*** EXERCISE INPUT Section Begins ***
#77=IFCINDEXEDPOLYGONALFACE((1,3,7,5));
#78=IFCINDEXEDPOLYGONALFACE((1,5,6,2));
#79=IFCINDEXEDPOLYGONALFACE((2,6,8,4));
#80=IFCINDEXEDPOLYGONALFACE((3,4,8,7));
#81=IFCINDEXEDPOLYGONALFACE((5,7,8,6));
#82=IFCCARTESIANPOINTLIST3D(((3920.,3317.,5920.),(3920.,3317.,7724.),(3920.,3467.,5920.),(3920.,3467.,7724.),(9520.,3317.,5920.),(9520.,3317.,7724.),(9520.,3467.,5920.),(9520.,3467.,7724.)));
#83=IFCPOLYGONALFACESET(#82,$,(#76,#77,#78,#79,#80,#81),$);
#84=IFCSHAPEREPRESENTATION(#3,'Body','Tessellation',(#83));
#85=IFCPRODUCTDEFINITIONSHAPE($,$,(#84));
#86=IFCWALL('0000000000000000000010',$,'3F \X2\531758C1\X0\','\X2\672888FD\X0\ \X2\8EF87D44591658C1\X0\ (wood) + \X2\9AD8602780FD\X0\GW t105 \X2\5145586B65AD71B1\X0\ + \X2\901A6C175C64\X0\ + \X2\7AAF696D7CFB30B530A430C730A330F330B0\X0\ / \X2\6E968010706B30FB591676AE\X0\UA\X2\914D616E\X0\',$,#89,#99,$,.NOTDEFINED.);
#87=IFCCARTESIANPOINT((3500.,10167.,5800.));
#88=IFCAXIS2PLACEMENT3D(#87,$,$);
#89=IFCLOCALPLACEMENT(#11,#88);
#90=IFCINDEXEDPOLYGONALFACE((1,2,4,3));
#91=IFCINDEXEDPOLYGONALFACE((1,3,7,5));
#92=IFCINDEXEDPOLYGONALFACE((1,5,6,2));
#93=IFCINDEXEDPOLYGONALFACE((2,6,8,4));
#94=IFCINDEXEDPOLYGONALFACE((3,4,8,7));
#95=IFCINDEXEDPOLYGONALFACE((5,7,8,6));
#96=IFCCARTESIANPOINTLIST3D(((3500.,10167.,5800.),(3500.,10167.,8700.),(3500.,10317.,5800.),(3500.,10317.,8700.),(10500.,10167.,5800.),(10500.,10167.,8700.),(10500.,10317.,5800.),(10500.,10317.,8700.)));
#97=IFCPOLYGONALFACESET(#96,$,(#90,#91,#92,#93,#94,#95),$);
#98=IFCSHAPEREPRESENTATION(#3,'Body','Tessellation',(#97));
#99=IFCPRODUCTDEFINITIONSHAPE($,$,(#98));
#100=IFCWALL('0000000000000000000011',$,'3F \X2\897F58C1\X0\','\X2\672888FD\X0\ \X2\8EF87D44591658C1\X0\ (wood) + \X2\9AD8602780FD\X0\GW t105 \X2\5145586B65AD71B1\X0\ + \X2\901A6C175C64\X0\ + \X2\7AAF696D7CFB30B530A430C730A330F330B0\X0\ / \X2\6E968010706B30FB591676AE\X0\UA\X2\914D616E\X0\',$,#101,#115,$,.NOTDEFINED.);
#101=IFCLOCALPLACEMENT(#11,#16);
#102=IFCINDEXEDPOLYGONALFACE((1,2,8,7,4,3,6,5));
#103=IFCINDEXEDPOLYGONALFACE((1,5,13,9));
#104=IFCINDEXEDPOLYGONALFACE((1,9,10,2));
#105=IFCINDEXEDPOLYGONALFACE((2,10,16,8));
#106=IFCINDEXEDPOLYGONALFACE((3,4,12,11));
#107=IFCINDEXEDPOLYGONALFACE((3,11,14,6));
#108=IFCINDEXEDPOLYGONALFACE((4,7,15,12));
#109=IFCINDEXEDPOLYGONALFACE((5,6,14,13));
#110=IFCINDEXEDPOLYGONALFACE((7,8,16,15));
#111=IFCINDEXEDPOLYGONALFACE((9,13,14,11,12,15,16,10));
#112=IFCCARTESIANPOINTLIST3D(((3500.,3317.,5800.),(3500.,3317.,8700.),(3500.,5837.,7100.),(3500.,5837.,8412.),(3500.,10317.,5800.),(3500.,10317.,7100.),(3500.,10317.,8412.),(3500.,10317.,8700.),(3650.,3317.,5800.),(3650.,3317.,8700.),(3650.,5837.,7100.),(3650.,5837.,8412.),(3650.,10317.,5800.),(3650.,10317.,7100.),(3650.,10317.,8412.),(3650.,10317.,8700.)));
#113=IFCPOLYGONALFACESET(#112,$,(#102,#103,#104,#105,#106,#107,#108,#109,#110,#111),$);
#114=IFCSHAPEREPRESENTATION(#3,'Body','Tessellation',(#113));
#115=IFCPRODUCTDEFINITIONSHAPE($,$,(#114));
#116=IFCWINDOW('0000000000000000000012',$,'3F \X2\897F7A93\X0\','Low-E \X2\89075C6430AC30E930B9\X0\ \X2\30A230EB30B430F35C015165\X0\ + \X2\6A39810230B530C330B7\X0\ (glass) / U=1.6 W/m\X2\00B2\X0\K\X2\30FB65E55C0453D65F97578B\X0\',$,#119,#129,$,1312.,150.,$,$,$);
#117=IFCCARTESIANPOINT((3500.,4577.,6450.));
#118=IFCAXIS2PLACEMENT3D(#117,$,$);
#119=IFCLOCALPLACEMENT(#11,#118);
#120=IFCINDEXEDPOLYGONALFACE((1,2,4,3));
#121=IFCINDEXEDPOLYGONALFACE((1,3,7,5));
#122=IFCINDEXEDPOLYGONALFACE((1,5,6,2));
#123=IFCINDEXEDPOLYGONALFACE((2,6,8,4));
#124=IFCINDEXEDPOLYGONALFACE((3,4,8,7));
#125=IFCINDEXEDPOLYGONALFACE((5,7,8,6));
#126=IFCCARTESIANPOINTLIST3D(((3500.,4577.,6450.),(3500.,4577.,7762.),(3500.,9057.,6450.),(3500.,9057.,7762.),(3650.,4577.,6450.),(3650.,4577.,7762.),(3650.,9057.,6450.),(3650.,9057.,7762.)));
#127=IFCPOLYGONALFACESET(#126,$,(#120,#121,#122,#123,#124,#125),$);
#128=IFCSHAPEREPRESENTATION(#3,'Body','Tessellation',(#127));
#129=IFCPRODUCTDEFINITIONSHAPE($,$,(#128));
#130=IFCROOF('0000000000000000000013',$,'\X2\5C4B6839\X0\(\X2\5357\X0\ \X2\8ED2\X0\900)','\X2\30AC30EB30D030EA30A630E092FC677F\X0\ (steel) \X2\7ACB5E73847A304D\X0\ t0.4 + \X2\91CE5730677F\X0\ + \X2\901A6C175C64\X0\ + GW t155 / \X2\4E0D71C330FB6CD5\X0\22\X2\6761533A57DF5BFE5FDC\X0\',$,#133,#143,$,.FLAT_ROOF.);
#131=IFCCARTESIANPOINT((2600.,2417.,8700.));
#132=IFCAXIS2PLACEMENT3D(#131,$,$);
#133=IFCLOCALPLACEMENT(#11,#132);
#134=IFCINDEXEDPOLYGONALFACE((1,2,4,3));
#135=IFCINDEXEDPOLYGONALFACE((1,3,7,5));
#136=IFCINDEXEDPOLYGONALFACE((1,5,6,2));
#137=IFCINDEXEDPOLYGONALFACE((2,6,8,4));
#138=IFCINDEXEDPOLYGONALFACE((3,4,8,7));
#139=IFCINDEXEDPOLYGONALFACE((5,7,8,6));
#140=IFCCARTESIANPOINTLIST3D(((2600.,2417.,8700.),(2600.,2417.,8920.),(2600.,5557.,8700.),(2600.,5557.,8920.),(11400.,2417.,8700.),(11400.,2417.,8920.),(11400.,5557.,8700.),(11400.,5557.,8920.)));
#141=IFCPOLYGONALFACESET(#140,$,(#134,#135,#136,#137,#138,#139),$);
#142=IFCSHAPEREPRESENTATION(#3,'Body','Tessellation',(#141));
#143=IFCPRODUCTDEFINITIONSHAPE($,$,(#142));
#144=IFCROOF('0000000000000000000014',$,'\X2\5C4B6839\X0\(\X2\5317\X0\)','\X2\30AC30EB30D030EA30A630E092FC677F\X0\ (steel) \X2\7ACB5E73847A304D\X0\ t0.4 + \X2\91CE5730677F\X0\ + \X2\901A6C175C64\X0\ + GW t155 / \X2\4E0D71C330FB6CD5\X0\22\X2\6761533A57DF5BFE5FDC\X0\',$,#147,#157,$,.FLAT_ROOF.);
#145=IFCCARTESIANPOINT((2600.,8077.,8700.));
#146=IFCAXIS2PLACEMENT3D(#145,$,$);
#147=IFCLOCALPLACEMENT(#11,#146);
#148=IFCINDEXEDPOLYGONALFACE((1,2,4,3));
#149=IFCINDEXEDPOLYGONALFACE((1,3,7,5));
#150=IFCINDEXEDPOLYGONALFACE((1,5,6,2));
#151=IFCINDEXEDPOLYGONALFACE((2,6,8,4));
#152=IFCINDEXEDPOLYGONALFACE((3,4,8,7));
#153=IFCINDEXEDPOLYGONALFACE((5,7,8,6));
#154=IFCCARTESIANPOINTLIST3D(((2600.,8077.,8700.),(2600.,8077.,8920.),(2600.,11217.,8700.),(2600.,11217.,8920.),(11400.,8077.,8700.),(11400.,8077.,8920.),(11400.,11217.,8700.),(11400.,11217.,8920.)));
*** EXERCISE INPUT Section Ends ***
• YOUR INSTRUCTIONS: Which of the lines above carry the string "Body"? Copy every one.

• EXPECTED ANSWER:
#84=IFCSHAPEREPRESENTATION(#3,'Body','Tessellation',(#83));
#98=IFCSHAPEREPRESENTATION(#3,'Body','Tessellation',(#97));
#114=IFCSHAPEREPRESENTATION(#3,'Body','Tessellation',(#113));
#128=IFCSHAPEREPRESENTATION(#3,'Body','Tessellation',(#127));
#142=IFCSHAPEREPRESENTATION(#3,'Body','Tessellation',(#141));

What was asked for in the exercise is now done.